%%

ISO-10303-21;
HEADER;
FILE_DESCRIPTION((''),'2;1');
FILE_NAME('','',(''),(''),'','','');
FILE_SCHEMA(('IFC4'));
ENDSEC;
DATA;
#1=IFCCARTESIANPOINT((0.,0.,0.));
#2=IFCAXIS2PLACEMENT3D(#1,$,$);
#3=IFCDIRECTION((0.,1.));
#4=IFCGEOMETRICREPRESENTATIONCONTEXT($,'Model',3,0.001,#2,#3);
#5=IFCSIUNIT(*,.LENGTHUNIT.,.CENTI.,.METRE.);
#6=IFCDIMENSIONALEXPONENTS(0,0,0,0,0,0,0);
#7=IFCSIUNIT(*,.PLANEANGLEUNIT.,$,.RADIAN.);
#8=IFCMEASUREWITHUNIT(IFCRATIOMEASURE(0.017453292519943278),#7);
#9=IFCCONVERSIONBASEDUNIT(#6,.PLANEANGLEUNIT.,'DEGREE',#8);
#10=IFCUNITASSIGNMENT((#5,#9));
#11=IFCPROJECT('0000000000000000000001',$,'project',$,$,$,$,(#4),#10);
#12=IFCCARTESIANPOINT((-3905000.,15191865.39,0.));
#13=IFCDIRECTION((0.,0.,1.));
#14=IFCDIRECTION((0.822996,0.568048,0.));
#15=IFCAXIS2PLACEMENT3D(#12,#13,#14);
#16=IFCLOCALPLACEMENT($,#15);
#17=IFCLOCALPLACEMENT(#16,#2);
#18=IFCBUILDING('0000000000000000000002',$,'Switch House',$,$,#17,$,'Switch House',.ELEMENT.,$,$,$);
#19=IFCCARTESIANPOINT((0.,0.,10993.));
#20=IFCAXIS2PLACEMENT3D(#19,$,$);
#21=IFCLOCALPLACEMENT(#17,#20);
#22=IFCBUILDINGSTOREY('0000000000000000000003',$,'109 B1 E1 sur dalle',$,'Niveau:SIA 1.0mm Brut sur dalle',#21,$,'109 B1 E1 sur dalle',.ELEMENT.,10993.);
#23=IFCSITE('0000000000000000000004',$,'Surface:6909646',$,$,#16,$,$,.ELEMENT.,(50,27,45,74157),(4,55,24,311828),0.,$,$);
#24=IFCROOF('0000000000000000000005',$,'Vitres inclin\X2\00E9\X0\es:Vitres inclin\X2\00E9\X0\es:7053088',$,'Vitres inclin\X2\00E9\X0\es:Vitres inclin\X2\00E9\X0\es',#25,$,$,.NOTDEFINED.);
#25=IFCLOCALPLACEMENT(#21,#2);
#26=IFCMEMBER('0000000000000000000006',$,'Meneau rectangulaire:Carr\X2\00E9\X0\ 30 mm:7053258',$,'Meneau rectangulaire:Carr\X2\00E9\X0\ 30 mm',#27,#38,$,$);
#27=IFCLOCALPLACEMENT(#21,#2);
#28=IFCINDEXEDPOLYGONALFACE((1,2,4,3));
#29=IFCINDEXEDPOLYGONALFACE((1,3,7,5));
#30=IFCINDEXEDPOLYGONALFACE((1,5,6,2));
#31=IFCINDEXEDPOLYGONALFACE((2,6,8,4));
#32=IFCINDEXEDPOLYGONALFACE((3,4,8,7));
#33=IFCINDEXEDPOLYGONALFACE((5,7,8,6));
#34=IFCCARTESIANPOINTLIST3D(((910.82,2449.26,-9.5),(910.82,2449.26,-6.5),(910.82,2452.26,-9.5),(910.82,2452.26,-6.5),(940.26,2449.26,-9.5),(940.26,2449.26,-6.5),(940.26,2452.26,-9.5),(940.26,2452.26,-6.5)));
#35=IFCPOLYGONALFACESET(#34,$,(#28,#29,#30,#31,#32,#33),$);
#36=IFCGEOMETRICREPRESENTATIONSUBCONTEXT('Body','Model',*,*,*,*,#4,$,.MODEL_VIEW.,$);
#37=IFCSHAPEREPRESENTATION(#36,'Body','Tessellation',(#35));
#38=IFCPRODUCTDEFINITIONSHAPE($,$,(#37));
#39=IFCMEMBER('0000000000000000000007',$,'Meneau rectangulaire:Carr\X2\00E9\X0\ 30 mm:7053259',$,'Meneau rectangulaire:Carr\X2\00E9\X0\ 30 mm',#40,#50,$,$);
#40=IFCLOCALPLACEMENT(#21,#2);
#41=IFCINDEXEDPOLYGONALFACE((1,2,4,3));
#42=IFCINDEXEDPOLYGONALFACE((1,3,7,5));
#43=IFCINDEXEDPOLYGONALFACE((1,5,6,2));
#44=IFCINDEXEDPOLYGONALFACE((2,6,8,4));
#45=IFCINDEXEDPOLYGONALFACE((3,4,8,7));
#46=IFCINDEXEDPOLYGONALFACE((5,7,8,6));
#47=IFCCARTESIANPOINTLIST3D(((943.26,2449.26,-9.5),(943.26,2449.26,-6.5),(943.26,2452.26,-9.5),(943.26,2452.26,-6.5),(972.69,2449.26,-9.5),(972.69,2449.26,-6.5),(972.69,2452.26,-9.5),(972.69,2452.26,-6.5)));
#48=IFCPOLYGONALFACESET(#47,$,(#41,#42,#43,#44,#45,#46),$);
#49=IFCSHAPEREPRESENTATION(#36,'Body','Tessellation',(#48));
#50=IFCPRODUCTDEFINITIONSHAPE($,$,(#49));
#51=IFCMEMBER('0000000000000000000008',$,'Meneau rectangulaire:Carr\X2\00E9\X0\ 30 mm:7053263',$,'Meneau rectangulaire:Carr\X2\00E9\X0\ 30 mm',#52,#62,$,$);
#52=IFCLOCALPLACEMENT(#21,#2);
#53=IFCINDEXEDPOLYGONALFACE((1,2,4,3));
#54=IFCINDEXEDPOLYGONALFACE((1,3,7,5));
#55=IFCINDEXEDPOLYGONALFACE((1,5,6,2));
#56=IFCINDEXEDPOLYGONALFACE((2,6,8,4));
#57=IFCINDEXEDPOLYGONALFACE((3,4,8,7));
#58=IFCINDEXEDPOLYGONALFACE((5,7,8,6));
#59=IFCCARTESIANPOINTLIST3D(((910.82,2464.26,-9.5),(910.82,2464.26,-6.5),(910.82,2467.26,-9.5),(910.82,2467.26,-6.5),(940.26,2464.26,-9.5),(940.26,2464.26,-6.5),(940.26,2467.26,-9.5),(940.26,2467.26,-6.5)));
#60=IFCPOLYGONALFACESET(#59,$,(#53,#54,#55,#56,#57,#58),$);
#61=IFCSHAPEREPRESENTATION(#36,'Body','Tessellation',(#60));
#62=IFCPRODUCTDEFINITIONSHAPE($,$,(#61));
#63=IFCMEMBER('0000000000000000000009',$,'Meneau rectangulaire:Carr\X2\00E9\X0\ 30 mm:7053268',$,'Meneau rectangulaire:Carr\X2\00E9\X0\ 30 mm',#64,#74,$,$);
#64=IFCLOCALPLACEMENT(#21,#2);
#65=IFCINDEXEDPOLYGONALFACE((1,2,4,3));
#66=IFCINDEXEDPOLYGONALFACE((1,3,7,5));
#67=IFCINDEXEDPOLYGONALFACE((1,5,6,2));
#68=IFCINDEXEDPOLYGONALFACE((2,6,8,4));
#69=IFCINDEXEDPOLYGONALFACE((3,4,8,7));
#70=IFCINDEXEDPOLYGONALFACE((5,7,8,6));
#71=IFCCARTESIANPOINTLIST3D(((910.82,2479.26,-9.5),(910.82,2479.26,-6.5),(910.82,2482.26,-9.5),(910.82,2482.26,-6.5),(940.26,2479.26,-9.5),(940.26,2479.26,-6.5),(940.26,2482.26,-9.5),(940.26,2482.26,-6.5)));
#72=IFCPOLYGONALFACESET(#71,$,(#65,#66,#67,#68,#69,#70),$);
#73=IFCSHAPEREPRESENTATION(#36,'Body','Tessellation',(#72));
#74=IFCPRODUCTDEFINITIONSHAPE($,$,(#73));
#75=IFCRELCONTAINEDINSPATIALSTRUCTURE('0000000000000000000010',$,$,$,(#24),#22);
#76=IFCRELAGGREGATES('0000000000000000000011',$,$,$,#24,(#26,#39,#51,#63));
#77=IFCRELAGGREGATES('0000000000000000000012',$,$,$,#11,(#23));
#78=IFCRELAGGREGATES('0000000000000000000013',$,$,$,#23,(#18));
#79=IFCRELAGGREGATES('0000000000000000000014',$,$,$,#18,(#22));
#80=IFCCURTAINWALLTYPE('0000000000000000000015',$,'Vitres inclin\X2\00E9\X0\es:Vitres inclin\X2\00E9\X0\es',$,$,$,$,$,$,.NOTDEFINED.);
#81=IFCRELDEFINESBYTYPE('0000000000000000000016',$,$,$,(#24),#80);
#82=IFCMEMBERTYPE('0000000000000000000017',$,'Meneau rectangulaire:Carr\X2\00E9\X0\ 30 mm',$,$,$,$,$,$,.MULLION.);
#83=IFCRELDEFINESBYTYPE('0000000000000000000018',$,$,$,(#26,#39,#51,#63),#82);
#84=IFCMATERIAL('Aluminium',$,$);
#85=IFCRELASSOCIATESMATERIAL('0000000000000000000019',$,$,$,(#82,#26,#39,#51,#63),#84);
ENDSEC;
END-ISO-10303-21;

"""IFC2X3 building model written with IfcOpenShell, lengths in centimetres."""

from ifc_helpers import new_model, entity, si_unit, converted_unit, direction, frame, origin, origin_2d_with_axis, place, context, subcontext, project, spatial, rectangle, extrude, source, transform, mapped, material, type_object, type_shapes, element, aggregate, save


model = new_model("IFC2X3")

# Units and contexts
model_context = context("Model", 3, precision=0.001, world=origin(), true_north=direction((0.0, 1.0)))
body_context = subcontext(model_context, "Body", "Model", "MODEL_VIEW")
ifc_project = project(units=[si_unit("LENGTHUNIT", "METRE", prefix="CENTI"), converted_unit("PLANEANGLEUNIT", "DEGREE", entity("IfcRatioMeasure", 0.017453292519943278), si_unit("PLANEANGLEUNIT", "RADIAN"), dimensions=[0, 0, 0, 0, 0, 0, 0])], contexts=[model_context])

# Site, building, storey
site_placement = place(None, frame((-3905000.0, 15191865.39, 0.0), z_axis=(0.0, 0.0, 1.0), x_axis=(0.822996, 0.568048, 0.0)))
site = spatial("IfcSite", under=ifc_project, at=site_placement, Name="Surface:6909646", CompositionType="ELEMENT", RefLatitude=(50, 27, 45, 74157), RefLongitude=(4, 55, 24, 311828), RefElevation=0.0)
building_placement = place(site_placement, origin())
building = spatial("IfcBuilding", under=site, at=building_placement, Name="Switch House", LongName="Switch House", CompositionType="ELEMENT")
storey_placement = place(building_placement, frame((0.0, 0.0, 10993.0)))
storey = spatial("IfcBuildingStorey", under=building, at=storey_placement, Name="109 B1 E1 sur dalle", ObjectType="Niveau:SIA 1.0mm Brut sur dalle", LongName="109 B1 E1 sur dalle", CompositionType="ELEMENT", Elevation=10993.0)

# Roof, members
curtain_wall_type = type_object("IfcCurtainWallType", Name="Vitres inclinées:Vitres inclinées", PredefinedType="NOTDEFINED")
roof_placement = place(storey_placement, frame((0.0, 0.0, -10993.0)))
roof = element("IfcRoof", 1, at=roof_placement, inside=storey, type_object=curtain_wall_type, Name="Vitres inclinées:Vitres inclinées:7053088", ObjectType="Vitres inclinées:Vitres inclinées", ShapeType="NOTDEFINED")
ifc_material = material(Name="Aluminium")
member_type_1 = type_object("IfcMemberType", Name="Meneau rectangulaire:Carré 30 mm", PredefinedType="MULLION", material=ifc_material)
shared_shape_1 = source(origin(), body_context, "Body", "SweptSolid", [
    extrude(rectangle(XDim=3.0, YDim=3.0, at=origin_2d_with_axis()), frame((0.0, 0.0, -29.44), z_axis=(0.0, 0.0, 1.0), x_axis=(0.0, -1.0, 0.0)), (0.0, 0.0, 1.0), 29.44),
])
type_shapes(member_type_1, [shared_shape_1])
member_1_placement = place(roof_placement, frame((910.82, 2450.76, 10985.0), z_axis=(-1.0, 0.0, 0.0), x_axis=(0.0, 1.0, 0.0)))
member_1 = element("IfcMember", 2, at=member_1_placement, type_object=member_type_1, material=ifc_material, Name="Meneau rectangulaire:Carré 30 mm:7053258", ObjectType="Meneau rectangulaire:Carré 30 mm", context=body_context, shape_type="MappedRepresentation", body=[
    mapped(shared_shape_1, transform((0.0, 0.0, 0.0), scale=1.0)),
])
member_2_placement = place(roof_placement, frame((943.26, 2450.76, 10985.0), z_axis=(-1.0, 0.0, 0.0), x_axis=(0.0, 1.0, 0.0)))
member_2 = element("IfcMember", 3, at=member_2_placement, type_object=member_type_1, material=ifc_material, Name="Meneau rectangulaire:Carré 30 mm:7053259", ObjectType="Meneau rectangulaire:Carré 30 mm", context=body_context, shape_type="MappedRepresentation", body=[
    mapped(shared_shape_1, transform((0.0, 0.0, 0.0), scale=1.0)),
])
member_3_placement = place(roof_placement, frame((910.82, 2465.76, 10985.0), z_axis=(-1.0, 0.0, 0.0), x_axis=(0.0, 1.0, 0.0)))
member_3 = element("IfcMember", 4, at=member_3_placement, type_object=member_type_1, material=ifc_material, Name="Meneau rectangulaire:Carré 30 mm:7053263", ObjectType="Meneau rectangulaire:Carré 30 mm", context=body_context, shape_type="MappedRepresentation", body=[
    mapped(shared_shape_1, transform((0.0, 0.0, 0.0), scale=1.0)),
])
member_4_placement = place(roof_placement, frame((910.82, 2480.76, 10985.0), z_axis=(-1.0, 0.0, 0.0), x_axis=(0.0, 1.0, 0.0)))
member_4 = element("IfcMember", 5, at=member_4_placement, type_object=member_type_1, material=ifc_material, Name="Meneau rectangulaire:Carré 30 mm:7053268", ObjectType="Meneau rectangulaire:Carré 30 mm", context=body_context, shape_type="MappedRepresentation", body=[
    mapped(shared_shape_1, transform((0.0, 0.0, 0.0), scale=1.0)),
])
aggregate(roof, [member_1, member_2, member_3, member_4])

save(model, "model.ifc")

%%
%%

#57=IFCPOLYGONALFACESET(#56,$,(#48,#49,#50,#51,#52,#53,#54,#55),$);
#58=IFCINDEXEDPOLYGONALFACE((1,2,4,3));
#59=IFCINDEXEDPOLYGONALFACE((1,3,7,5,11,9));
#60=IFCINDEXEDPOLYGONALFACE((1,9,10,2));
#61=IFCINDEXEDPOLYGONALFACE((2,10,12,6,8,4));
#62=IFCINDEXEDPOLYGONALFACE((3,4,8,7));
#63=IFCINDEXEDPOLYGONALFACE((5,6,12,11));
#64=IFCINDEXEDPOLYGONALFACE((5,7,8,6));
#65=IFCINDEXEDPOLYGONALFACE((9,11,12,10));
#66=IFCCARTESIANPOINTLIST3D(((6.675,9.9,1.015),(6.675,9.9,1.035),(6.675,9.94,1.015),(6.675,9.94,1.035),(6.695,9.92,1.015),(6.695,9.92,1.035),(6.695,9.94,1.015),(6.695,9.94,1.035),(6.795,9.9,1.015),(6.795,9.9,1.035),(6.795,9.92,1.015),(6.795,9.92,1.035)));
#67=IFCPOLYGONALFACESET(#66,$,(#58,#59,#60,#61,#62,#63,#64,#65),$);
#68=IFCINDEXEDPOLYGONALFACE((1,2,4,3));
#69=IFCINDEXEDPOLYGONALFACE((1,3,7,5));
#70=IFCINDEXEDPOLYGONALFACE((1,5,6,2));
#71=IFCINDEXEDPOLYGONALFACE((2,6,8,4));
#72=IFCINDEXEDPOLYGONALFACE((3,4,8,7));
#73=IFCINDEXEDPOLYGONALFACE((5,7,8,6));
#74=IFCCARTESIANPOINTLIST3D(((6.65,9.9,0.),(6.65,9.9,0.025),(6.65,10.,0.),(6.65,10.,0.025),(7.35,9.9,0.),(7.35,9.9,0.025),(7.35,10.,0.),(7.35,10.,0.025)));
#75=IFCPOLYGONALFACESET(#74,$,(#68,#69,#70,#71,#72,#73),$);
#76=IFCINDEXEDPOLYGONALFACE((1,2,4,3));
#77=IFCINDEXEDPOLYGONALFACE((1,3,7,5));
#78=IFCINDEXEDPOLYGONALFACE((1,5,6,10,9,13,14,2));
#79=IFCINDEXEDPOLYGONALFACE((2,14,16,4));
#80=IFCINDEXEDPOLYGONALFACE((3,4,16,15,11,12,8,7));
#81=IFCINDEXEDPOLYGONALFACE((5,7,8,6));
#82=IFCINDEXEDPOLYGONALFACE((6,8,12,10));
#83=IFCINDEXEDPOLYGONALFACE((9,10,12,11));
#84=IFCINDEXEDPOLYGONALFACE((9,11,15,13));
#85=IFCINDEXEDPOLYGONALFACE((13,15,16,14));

%%

Task to complete:
Take from the material every line that holds "IFCPRODUCTDEFINITIONSHAPE".

Output of the task:
#38=IFCPRODUCTDEFINITIONSHAPE($,$,(#37));
#50=IFCPRODUCTDEFINITIONSHAPE($,$,(#49));
#62=IFCPRODUCTDEFINITIONSHAPE($,$,(#61));
#74=IFCPRODUCTDEFINITIONSHAPE($,$,(#73));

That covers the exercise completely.